Apex Group has unveiled a research report detailing the integration of artificial intelligence (AI) in private credit operations, revealing that a significant majority of firms are incorporating AI tools into their investment decision-making, risk monitoring, and operational workflows. The report, titled “AI-powered private credit,” is based on insights from 105 senior industry leaders, primarily C-suite executives from institutional-scale private credit platforms across the Americas, Asia Pacific, and the Middle East. Apex Group stated that the research aims to evaluate how the industry is implementing AI and the areas where operational transformation has yet to be completed.
The private credit sector has experienced rapid growth over the last decade as institutional investors seek yields beyond traditional public markets. As assets expand, fund managers are increasingly leveraging data-driven tools to analyze credit risk, process extensive financial data, and monitor investment portfolios.
The findings indicate that AI is becoming central to the operational infrastructure of private credit firms, with 85% of respondents affirming that AI is now fully integrated into their activities. Investment decision-making and risk management emerged as the most significant areas benefitting from AI adoption, with 76% citing that AI supports investment decisions and 67% highlighting advantages for risk monitoring and credit analysis.
AI tools are frequently employed to scrutinize borrower financial statements, monitor credit exposure across portfolios, and assess macroeconomic factors impacting loan performance.
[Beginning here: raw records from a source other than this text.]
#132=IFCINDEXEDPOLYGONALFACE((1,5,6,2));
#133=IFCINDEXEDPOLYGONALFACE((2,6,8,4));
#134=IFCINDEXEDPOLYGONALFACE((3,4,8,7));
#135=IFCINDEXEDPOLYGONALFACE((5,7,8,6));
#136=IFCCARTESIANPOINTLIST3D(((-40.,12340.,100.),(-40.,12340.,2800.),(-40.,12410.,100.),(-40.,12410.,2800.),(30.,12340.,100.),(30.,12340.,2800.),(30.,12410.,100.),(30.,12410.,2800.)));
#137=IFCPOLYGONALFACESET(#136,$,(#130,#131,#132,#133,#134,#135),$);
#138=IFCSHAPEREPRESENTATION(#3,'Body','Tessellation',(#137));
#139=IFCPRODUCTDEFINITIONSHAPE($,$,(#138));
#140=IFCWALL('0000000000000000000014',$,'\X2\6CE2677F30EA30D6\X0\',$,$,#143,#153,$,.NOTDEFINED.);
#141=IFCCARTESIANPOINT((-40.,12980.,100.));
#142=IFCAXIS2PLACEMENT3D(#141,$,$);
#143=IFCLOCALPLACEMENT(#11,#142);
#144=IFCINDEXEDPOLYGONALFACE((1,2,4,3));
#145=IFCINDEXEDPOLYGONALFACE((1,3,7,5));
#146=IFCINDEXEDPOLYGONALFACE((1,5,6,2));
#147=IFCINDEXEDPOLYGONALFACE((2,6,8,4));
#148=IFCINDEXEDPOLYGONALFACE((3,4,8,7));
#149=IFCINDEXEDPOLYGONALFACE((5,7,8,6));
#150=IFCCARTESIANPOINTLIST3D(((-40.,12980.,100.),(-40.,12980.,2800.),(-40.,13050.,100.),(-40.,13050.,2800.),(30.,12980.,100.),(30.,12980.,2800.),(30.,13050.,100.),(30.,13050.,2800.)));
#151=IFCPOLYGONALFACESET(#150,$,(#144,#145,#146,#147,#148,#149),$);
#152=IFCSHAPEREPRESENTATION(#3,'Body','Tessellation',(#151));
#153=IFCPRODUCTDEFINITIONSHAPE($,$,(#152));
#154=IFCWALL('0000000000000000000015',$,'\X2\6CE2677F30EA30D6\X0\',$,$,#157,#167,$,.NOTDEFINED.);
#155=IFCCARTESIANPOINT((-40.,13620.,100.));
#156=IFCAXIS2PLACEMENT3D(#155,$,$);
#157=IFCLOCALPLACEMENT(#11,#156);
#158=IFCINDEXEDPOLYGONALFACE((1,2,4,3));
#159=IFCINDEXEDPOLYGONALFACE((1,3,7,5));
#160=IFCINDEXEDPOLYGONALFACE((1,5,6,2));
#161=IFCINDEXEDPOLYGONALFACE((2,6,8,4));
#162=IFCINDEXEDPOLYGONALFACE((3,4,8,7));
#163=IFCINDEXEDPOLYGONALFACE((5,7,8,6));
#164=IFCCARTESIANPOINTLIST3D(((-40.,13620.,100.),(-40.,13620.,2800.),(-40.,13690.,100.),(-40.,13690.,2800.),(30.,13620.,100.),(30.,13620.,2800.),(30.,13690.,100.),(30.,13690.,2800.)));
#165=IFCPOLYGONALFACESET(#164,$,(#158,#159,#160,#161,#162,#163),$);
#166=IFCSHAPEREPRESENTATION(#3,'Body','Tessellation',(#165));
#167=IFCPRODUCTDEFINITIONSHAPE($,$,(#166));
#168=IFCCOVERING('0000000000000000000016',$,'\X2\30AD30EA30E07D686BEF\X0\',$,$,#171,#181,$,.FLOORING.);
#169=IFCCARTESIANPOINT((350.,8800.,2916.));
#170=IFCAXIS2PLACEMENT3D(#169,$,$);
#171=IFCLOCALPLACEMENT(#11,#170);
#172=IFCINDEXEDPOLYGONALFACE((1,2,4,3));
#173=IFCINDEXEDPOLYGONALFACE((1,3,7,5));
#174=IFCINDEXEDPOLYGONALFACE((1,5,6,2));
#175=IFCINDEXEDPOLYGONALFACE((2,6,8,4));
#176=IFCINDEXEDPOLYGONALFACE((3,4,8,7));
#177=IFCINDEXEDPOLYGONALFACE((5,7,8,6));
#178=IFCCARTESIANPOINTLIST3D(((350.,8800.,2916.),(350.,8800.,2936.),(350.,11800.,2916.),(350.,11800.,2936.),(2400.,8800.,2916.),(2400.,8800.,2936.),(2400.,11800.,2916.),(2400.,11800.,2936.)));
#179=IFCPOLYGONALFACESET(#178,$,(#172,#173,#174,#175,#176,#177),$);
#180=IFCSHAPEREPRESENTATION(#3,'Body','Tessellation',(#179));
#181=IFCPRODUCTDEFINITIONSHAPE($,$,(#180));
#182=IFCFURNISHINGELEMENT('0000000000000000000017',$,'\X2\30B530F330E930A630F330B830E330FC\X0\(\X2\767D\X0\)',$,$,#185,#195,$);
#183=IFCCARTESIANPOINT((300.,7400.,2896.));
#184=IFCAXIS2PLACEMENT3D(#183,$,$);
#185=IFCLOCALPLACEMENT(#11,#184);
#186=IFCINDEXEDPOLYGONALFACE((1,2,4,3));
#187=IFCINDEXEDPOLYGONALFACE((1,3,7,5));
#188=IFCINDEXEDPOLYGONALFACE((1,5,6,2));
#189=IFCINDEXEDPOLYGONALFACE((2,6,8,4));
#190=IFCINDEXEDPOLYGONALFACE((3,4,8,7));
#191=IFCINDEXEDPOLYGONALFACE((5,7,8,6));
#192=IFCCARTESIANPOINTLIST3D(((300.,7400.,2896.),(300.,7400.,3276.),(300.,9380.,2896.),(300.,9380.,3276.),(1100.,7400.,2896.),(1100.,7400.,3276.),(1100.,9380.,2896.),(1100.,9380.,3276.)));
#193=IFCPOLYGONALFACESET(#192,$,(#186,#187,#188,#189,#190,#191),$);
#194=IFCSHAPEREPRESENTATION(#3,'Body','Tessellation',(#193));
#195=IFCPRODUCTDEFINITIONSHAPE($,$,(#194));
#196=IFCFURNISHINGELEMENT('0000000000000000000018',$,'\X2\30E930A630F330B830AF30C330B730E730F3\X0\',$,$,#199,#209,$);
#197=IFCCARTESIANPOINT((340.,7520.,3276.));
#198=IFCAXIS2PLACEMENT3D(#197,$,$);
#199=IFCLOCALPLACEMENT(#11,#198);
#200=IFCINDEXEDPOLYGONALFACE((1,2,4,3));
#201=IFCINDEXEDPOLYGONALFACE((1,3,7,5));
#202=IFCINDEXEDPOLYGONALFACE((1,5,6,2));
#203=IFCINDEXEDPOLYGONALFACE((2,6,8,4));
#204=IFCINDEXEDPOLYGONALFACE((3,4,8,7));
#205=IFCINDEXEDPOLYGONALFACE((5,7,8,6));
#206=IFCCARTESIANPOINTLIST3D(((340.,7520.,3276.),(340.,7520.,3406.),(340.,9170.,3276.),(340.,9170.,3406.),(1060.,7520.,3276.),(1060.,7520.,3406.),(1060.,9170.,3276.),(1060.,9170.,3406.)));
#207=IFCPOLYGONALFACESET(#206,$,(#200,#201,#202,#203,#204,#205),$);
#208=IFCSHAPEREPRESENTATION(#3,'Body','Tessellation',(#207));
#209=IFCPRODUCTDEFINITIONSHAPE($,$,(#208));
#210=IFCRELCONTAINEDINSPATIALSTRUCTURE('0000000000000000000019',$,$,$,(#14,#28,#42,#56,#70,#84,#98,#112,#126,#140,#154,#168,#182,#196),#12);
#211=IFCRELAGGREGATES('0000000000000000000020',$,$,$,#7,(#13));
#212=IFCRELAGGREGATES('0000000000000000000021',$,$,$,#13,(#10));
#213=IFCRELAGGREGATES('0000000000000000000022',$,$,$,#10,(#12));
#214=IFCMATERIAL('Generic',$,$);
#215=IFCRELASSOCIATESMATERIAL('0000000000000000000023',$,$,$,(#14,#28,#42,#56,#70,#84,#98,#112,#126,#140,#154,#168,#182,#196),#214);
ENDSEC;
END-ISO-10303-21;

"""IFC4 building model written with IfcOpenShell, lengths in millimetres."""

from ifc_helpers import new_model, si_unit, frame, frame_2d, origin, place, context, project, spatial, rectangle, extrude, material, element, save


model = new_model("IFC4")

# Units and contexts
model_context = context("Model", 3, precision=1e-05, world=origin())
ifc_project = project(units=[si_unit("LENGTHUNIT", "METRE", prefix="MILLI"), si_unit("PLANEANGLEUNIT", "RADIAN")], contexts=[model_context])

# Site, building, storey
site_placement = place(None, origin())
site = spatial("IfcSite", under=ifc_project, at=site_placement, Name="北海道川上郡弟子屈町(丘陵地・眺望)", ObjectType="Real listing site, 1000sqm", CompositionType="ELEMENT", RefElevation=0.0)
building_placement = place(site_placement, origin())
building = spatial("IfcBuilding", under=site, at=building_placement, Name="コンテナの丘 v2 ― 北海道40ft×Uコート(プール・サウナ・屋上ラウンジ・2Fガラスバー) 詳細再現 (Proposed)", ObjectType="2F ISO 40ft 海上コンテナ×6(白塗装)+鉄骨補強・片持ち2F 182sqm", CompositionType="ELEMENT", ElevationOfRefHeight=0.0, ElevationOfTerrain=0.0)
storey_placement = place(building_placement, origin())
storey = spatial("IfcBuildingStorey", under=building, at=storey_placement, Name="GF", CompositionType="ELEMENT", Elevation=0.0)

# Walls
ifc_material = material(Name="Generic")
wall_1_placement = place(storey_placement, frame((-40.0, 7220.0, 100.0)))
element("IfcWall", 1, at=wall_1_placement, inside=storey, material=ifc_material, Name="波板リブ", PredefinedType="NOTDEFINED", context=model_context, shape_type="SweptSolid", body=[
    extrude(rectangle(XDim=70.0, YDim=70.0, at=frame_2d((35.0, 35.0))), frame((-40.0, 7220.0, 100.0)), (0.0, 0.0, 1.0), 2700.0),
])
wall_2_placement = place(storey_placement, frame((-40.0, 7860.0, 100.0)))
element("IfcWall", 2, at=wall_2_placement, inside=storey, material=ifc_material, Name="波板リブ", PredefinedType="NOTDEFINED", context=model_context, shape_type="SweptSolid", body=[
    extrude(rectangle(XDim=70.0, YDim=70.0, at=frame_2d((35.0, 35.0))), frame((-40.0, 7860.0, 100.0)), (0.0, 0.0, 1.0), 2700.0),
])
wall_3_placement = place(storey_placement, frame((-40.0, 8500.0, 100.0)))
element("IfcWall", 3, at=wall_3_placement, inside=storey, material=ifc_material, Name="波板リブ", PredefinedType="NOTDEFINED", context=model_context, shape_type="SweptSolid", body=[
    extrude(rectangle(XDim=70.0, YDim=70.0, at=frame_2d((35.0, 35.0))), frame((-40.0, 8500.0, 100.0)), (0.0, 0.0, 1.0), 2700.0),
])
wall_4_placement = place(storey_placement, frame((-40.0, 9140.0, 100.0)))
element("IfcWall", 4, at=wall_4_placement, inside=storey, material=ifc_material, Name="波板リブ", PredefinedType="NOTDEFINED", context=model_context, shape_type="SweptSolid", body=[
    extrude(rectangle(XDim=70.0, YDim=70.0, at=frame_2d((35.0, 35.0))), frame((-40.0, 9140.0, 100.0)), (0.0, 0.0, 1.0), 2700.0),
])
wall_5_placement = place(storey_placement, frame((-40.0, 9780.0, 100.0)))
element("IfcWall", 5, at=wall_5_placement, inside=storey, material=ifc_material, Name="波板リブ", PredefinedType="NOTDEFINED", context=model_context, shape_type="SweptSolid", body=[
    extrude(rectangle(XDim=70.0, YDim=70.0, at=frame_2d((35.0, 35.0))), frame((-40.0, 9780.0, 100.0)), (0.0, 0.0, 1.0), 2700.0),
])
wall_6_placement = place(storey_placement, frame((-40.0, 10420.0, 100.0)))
The automation of these analyses allows managers to manage large loan portfolios without extensive manual review, thereby enhancing efficiency.
Moreover, the report suggests that AI may play a pivotal role in broadening the investor base for private credit. Approximately 94% of respondents indicated that AI is critically or very important in making private credit more accessible to non-institutional investors. Historically, access to private credit markets has been restricted to institutional players like pension funds and insurance companies. Technology platforms that automate risk analysis and reporting can facilitate the distribution of these investments to a wider audience.
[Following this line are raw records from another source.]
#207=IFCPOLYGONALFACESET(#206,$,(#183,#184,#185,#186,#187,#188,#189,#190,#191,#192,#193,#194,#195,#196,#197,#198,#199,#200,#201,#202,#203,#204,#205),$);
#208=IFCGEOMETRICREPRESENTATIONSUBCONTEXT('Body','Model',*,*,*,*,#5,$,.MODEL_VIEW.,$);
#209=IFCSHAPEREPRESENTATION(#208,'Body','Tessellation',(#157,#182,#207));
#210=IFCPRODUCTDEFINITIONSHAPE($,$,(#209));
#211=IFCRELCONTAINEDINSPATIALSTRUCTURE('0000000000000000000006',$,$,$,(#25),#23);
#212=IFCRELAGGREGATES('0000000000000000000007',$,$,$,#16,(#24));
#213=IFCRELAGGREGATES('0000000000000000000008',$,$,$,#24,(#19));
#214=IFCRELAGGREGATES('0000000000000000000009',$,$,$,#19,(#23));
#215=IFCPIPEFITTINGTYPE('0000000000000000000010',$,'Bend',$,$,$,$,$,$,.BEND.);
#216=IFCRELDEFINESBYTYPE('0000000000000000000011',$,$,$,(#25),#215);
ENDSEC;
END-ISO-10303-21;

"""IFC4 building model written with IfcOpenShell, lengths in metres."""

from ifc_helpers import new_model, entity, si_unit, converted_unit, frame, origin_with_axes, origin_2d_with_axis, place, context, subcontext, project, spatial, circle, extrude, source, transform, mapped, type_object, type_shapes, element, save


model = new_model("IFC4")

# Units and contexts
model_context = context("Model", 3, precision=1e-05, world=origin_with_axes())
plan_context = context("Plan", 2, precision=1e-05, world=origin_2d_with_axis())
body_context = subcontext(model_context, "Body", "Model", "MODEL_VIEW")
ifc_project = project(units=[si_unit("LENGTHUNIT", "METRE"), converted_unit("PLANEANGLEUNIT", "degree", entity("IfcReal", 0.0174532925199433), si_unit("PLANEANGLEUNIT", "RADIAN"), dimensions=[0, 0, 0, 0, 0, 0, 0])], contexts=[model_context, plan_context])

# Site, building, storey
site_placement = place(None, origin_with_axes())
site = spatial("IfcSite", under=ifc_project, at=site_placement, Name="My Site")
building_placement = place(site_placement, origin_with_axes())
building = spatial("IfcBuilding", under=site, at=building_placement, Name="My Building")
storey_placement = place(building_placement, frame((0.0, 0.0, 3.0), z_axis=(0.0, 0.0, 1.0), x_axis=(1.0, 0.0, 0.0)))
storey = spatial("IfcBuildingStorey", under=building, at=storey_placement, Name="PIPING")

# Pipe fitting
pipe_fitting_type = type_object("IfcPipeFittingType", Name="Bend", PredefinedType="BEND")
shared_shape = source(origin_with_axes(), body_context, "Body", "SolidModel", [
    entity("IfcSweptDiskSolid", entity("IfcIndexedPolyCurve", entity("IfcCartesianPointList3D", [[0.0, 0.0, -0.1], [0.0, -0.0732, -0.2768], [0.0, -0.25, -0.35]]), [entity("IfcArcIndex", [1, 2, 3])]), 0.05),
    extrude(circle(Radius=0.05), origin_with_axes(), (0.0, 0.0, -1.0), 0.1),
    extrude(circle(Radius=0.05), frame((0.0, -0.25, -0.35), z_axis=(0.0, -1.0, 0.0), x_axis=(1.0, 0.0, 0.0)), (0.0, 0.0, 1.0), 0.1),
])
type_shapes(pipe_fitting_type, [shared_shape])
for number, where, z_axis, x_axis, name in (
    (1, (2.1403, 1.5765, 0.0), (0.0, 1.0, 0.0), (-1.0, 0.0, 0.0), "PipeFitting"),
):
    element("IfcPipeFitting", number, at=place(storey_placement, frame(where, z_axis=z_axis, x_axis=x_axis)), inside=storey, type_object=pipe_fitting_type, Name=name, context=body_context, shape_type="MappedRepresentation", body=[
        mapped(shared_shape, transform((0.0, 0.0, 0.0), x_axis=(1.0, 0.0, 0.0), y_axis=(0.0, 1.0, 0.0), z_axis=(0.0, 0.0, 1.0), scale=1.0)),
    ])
While the report showcases widespread AI adoption in private credit firms, it also highlights a significant gap between deploying AI tools and restructuring operational processes to integrate these systems fully. Many firms have yet to modify their underlying data infrastructure and governance structures required for AI to effectively influence daily operations. Helen Wang, Chief AI and Data Science Officer at Apex Group, emphasized the need for governance to be designed into operational workflows from the beginning. “Governance cannot be treated as an overlay once AI becomes part of core operating workflows,” Wang stated. “It has to be designed in from the outset, so that controls scale alongside capability.”
Wang’s comments underscore the importance of balancing regulatory readiness and investor confidence without hampering decision-making processes, particularly for firms working across various jurisdictions or catering to a broader investor base. The report reveals that over 60% of respondents anticipate an increase in technology investments within operations by 20% to 50% over the next three years, with nearly half of the surveyed firms forecasting that 50% to 75% of their technology budgets will be allocated to AI capabilities during this period.
Eddie Kelly, Global Head of Product for Private Debt at Apex Group, remarked, “AI is now part of how private credit firms operate, but embedding technology and embedding operating discipline are not the same thing.” He added, “The firms that close that gap will be best positioned to scale with confidence.”
The report identifies middle-office operations as a key area for AI deployment, with approximately 63% of respondents indicating that they are implementing automation or AI tools within this domain. Common applications include data extraction from financial documents, processing borrower financial statements, and analyzing credit agreements, tasks traditionally requiring substantial manual effort.
Respondents noted significant benefits from these AI tools, such as improved data accuracy and expedited processing times, with around 37% citing enhanced data quality and 30% reporting reduced processing time for operational tasks. Investment priorities over the next three years point to risk monitoring and analytics as the leading focus at 27%, followed by retail distribution platforms at 20%, valuation and pricing systems at 17%, and data infrastructure and integration at 14%.
As AI usage expands in financial decision-making, governance remains a critical concern, with more than 60% of respondents indicating that they have established formal policies to govern the ethical use of AI in credit analysis and portfolio management. As private credit markets continue to evolve, firms are increasingly relying on data-driven infrastructures to manage loan portfolios, track borrower performance, and provide comprehensive reporting to investors.
The Apex Group report illustrates a noteworthy shift in private credit firms’ operations, as they increasingly harness AI to enhance efficiency and decision-making, while simultaneously recognizing the need for deeper operational transformation to maximize the technology’s potential.